Senior Leadership Performance Program

EX-10.11 3 dex1011.htm SUMMARY OF TERMS OF GLOBAL CROSSING SENIOR LEADERSHIP PERFORMANCE PROGRAM Summary of terms of Global Crossing Senior Leadership Performance Program

Exhibit 10.11

 

Senior Leadership Performance Program

 

This special Performance Program provides the opportunity for additional cash and equity awards at the time the Company reaches critical financial milestones.

 

Highlights of the program are as follows:

    The Performance Program is subject to all the terms and conditions of the 2003 Global Crossing Limited Stock Incentive Plan, as amended.

 

    Performance Based—Target performance to attaining Positive EBITDA and Positive Cash Flow by December 31, 2006. Prorated payment is made when each independent and equally weighted target is reached. Business goal of Positive Cash Flow or Positive EBITDA must be met for all three months within a quarter or for two consecutive quarters ending on or prior to December 31, 2006 before corresponding payment will be made.

 

    Payments would be combination of cash and stock, i.e., 50% Cash, 50% Stock.
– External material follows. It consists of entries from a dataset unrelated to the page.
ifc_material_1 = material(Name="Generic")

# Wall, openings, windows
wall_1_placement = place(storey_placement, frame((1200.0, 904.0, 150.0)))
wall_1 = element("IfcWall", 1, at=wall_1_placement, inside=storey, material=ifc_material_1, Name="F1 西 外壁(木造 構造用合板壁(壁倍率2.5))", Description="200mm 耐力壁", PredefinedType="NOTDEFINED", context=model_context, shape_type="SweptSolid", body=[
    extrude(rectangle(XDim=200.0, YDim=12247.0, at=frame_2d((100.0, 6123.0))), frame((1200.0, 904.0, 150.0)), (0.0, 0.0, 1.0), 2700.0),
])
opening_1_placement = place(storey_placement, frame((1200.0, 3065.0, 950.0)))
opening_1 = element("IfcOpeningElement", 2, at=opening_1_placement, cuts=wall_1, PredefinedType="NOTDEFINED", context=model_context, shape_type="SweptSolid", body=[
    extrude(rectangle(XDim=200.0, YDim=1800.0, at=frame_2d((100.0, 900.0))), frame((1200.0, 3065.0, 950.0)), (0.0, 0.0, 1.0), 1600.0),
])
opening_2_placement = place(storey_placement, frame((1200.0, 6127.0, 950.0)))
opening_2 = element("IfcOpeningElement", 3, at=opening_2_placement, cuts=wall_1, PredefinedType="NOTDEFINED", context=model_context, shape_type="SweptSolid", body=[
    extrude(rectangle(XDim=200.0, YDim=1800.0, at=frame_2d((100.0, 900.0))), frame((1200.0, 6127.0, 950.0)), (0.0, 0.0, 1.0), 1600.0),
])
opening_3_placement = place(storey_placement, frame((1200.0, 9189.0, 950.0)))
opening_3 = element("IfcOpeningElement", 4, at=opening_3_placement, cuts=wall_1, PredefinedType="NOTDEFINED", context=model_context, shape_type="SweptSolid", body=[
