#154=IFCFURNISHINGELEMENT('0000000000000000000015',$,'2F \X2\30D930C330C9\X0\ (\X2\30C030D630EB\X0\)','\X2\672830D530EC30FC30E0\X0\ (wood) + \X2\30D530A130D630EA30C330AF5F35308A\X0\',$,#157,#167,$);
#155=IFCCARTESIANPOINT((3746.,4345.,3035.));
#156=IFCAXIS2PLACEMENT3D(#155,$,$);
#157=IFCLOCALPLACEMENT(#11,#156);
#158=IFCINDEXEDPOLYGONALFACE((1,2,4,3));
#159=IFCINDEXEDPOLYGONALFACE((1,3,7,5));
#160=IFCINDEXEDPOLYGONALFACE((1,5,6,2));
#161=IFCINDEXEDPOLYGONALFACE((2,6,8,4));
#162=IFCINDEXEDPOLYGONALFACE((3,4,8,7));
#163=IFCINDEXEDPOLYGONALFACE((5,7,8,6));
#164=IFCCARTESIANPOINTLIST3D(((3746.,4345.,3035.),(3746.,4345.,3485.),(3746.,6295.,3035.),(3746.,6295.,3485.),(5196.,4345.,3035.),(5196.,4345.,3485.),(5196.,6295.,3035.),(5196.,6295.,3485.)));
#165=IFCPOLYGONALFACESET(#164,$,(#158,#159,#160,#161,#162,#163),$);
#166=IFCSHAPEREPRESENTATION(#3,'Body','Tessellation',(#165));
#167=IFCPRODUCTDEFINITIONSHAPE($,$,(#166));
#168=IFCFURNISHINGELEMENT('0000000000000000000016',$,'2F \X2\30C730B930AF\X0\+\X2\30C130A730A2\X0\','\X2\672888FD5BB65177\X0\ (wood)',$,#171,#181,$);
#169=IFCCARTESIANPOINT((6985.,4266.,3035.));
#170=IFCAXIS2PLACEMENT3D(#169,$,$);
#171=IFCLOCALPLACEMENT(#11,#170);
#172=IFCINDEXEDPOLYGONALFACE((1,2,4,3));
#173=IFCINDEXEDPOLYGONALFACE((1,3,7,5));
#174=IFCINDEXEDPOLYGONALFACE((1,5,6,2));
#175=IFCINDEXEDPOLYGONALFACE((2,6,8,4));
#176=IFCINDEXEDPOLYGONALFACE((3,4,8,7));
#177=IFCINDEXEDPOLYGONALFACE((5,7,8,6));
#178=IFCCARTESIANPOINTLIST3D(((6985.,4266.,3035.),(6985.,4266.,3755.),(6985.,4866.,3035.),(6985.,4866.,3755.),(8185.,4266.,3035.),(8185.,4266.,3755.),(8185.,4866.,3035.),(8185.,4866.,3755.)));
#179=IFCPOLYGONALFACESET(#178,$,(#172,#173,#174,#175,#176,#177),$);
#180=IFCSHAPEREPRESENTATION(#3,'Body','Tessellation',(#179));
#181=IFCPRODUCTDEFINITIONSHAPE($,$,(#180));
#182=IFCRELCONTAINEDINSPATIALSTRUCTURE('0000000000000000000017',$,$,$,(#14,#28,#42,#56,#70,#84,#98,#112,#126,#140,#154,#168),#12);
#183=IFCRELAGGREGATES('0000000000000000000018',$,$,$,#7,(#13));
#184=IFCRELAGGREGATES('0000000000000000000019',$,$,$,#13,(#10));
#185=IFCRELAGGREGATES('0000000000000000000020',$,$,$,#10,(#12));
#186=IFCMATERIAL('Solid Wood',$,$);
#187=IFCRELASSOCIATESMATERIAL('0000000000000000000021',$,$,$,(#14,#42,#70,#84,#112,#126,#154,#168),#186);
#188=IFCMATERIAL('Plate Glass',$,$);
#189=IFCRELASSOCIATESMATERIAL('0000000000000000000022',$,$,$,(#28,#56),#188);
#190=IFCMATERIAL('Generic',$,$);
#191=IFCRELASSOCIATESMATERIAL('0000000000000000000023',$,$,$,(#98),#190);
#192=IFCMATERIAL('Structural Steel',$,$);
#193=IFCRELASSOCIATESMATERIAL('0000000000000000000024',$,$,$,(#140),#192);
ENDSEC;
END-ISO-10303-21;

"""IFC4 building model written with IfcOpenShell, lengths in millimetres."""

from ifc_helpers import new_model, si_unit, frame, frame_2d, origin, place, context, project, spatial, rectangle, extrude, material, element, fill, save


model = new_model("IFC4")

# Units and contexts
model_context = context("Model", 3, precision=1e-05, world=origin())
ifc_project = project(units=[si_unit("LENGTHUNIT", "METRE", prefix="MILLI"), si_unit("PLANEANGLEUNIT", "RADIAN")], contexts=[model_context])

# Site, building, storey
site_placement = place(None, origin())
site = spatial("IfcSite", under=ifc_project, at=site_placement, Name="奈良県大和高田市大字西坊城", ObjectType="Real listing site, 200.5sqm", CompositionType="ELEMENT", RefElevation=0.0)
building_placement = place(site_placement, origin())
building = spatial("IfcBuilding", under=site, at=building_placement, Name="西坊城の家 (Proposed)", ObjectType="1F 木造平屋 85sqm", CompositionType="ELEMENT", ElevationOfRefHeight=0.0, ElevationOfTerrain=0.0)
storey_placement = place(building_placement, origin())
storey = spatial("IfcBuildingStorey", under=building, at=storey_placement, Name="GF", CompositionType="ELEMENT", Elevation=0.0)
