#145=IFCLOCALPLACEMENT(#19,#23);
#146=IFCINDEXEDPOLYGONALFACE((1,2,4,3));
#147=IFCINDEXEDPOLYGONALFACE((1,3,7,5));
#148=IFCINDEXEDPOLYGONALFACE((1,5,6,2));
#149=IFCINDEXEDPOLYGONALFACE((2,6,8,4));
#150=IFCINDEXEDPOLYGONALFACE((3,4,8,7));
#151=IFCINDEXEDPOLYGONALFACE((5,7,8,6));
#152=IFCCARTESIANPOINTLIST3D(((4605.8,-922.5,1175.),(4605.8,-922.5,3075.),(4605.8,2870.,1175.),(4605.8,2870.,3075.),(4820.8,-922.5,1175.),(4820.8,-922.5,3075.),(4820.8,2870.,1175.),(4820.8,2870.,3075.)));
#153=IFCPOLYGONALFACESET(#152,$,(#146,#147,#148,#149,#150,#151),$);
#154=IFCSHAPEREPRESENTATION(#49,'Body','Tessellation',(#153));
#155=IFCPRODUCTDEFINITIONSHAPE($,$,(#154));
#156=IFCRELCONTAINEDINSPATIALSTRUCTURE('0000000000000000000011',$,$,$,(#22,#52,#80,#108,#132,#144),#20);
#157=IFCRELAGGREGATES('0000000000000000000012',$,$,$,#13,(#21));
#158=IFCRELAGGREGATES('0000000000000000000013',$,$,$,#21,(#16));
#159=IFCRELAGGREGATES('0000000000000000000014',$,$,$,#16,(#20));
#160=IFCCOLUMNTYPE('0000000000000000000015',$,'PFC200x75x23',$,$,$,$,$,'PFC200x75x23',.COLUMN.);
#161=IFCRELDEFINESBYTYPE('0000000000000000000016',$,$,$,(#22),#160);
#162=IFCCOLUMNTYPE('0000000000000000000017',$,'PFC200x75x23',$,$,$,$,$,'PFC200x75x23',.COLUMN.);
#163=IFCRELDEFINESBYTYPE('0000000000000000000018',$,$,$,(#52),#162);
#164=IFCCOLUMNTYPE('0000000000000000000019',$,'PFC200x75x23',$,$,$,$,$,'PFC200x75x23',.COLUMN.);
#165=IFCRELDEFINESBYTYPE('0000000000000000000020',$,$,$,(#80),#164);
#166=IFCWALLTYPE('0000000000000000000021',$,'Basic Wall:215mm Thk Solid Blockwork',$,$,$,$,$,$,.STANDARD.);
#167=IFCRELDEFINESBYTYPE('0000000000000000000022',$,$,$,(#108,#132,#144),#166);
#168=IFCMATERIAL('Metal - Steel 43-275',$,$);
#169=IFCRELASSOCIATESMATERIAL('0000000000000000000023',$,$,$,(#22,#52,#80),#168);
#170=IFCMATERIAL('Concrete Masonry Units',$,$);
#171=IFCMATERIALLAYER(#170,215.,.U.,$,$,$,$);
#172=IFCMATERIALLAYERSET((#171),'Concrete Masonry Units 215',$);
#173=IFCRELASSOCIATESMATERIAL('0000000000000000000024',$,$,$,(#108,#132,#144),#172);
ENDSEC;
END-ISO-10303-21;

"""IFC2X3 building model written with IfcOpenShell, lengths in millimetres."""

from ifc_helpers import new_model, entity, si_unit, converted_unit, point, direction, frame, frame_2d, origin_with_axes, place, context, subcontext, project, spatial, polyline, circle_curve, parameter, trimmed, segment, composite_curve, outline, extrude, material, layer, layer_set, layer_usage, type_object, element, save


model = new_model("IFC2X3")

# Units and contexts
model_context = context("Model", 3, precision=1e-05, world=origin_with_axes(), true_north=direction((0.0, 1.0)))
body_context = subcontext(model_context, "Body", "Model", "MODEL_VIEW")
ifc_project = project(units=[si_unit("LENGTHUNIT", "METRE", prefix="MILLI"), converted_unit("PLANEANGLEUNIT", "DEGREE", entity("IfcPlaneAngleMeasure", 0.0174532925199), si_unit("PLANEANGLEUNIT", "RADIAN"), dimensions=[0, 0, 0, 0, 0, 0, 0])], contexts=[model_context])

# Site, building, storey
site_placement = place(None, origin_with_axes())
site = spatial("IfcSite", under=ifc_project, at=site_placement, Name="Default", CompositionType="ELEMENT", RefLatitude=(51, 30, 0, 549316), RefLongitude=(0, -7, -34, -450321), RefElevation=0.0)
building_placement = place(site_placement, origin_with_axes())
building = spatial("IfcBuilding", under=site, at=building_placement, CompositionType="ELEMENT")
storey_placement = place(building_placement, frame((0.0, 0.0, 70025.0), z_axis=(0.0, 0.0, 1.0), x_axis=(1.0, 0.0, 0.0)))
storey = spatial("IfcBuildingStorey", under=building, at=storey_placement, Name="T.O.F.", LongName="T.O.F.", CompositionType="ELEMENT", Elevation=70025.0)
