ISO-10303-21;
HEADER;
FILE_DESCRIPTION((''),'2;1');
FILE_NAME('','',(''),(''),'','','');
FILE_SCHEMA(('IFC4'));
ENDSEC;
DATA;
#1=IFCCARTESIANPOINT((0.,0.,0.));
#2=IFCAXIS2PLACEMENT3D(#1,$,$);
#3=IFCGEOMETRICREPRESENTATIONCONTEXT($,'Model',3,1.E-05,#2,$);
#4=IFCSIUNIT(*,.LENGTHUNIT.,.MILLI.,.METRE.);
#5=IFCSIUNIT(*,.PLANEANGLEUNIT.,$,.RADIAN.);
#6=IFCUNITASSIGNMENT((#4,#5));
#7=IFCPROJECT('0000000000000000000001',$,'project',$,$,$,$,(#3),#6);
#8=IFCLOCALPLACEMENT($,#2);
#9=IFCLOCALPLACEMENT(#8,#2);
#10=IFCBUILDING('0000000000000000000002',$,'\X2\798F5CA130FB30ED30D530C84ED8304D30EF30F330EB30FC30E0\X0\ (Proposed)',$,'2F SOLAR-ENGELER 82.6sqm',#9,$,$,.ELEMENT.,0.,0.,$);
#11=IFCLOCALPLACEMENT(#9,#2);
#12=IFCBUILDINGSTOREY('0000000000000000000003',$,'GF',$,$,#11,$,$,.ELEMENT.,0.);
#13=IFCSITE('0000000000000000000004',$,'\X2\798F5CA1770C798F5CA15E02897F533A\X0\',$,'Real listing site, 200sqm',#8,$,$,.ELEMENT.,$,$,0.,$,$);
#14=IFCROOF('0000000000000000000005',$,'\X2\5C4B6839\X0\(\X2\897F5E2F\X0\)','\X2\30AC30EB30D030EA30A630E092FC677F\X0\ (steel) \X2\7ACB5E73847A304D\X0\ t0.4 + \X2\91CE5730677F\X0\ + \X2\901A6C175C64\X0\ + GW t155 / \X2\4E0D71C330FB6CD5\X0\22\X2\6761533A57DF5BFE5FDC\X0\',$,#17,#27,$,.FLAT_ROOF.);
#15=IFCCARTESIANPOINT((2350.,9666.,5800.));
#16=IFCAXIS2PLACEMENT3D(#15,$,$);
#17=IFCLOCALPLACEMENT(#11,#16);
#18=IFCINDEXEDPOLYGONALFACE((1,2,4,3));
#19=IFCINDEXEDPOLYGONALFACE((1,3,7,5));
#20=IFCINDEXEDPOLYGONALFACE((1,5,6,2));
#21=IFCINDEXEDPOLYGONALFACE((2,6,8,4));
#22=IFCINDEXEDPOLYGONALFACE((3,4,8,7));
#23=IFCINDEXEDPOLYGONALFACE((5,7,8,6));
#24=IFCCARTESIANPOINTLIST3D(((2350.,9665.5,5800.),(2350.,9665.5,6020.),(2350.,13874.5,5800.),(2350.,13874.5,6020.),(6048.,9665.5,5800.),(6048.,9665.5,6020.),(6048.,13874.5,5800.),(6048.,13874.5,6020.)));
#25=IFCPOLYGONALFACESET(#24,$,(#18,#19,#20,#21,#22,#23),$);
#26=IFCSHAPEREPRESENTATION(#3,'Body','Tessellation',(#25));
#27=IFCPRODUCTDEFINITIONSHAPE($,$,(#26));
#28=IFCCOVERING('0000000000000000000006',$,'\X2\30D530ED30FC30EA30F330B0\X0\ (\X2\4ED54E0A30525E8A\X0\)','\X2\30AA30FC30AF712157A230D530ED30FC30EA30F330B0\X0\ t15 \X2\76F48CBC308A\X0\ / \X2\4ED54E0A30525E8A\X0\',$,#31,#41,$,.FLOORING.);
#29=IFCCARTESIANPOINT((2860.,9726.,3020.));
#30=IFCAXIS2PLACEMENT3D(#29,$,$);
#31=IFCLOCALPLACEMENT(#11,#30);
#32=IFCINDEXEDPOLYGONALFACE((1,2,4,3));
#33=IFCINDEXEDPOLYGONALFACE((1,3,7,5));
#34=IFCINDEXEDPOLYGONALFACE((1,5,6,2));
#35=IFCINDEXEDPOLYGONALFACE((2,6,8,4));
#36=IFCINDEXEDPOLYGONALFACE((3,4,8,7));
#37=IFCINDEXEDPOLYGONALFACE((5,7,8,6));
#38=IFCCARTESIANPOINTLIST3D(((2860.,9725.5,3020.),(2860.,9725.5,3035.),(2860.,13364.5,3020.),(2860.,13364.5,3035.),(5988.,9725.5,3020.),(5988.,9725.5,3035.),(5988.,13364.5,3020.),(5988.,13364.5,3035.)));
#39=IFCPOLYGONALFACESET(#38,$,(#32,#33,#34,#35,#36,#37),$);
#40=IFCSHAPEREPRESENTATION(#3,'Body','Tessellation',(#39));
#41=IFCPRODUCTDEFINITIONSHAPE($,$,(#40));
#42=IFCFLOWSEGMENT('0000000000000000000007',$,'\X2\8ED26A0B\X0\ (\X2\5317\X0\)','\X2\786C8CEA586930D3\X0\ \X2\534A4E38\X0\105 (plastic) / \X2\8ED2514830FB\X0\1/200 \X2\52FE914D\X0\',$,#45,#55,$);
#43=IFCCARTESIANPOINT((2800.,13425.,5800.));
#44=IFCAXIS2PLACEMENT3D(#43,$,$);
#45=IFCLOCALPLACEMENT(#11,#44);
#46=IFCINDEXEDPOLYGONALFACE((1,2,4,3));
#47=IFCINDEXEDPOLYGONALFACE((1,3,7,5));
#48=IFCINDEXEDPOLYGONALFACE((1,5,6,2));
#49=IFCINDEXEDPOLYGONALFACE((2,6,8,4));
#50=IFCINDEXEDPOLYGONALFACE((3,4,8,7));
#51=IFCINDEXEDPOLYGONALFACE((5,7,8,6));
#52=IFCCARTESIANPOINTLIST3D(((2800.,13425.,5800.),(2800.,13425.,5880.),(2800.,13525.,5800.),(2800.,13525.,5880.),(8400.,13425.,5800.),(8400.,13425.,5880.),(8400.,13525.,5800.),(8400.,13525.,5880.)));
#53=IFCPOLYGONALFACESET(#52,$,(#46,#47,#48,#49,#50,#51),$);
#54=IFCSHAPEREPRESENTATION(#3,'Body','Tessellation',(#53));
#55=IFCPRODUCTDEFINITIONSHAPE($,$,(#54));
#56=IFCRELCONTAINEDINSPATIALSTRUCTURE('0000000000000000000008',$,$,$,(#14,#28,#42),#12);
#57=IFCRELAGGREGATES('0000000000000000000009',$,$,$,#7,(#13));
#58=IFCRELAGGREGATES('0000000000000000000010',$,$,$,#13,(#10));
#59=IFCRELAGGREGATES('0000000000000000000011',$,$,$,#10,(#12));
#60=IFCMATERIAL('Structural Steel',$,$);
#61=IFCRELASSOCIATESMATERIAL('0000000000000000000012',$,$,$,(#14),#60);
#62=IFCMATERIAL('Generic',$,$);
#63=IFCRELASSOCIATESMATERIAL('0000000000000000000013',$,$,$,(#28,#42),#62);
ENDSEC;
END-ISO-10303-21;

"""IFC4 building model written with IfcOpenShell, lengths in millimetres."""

from ifc_helpers import new_model, si_unit, frame, frame_2d, origin, place, context, project, spatial, rectangle, extrude, material, element, save


model = new_model("IFC4")

# Units and contexts
model_context = context("Model", 3, precision=1e-05, world=origin())
ifc_project = project(units=[si_unit("LENGTHUNIT", "METRE", prefix="MILLI"), si_unit("PLANEANGLEUNIT", "RADIAN")], contexts=[model_context])

# Site, building, storey
site_placement = place(None, origin())
site = spatial("IfcSite", under=ifc_project, at=site_placement, Name="福岡県福岡市西区", ObjectType="Real listing site, 200sqm", CompositionType="ELEMENT", RefElevation=0.0)
building_placement = place(site_placement, origin())
building = spatial("IfcBuilding", under=site, at=building_placement, Name="福岡・ロフト付きワンルーム (Proposed)", ObjectType="2F SOLAR-ENGELER 82.6sqm", CompositionType="ELEMENT", ElevationOfRefHeight=0.0, ElevationOfTerrain=0.0)
storey_placement = place(building_placement, origin())
storey = spatial("IfcBuildingStorey", under=building, at=storey_placement, Name="GF", CompositionType="ELEMENT", Elevation=0.0)

# Roof
ifc_material_1 = material(Name="Structural Steel")
for number, where, name in (
    (1, (2350.0, 9666.0, 5800.0), "屋根(西帯)"),
):
    element("IfcRoof", number, at=place(storey_placement, frame(where)), inside=storey, material=ifc_material_1, Name=name, Description="ガルバリウム鋼板 (steel) 立平葺き t0.4 + 野地板 + 通気層 + GW t155 / 不燃・法22条区域対応", PredefinedType="FLAT_ROOF", context=model_context, shape_type="SweptSolid", body=[
        extrude(rectangle(XDim=3698.0, YDim=4209.0, at=frame_2d((1849.0, 2104.0))), frame((2350.0, 9666.0, 5800.0)), (0.0, 0.0, 1.0), 220.0),
    ])

# Covering
ifc_material_2 = material(Name="Generic")
covering_placement = place(storey_placement, frame((2860.0, 9726.0, 3020.0)))
element("IfcCovering", 2, at=covering_placement, inside=storey, material=ifc_material_2, Name="フローリング (仕上げ床)", Description="オーク無垢フローリング t15 直貼り / 仕上げ床", PredefinedType="FLOORING", context=model_context, shape_type="SweptSolid", body=[
    extrude(rectangle(XDim=3128.0, YDim=3639.0, at=frame_2d((1564.0, 1819.0))), frame((2860.0, 9726.0, 3020.0)), (0.0, 0.0, 1.0), 15.0),
])

# Flow segment
flow_segment_placement = place(storey_placement, frame((2800.0, 13425.0, 5800.0)))
element("IfcFlowSegment", 3, at=flow_segment_placement, inside=storey, material=ifc_material_2, Name="軒樋 (北)", Description="硬質塩ビ 半丸105 (plastic) / 軒先・1/200 勾配", context=model_context, shape_type="SweptSolid", body=[
    extrude(rectangle(XDim=5600.0, YDim=100.0, at=frame_2d((2800.0, 50.0))), frame((2800.0, 13425.0, 5800.0)), (0.0, 0.0, 1.0), 80.0),
])

save(model, "model.ifc")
Must be on payroll when performance results are attained and payment made.

 

    Award value will be equal to your annual bonus potential at target as of the effective date of this program.

 

    Key element—the number of restricted stock units granted will be based on closing stock price on day of Board approval; quantity to be granted will not change based on fluctuations in share price after day of approval; therefore, the value received is appropriately impacted by changes in stock performance.

 

    Senior Leadership Performance Program is in effect until key financial goals are attained or December 31, 2006 whichever comes first. Until December 31, 2006, the Compensation Committee of the Global Crossing Limited Board of Directors has the ability to review and postpone the sustained performance period as outlined above.

 

    This special one-time program is in addition to the corporate annual bonus program and any other long-term incentive grants. Target opportunities for future periods may be modified to ensure total compensation is appropriate with regards to market.

 

This program is not a contract. The Compensation Committee of the Board of Directors may, in its sole discretion, make any determination that it deems necessary or desirable for the administration of this program. Nothing in this program will in any way be deemed to establish an employment relationship on a basis other than terminable at will.

 

 

Overview:

 

Global Crossing offers this performance-based compensation program for retaining and motivating key executives to achieve the corporation’s strategic direction. This special one-time program is designed to align key executives to work towards the common goals of the corporation.

 

Goals:

 

Attain Positive EBITDA and Positive Cash Flow by December 31, 2006. These objectives are independent with equal weighting. For each objective, the result must be met for all three months within a quarter or for two consecutive quarters before corresponding payment will be made. Prorated payments will be made when each independent objective is reached.

 


    EBITDA excludes future stock-based compensation expense; calculated using $18M annual accrual for incentive compensation, regardless of the actual amount of such expense.

 

    Cash Use excludes all cash costs associated with existing or new financing facilities (including principal, interest and fees), includes cash capex.

 

    The Compensation Committee may calculate performance without regard to extraordinary items.

 

Eligibility:

 

Select members of Global Crossing’s senior management team identified at time of program approval and that are actively employed at the time of payment are eligible as participants in this program.

 

Calculation:

 

Eligible award value will be equal to the executive’s annual target bonus potential as of the effective date of this program.

 

Payments will be made as a combination of 50% cash and 50% stock. The quantity of shares available for each eligible executive will be based on the economic value of the stock units on November 19, the day on which the Board approved the program. This economic value equals $14.90 per share (the closing stock price on that day) multiplied by approximately 90% (the discount factor used in the program design valuation model to give effect to certain risk assumptions).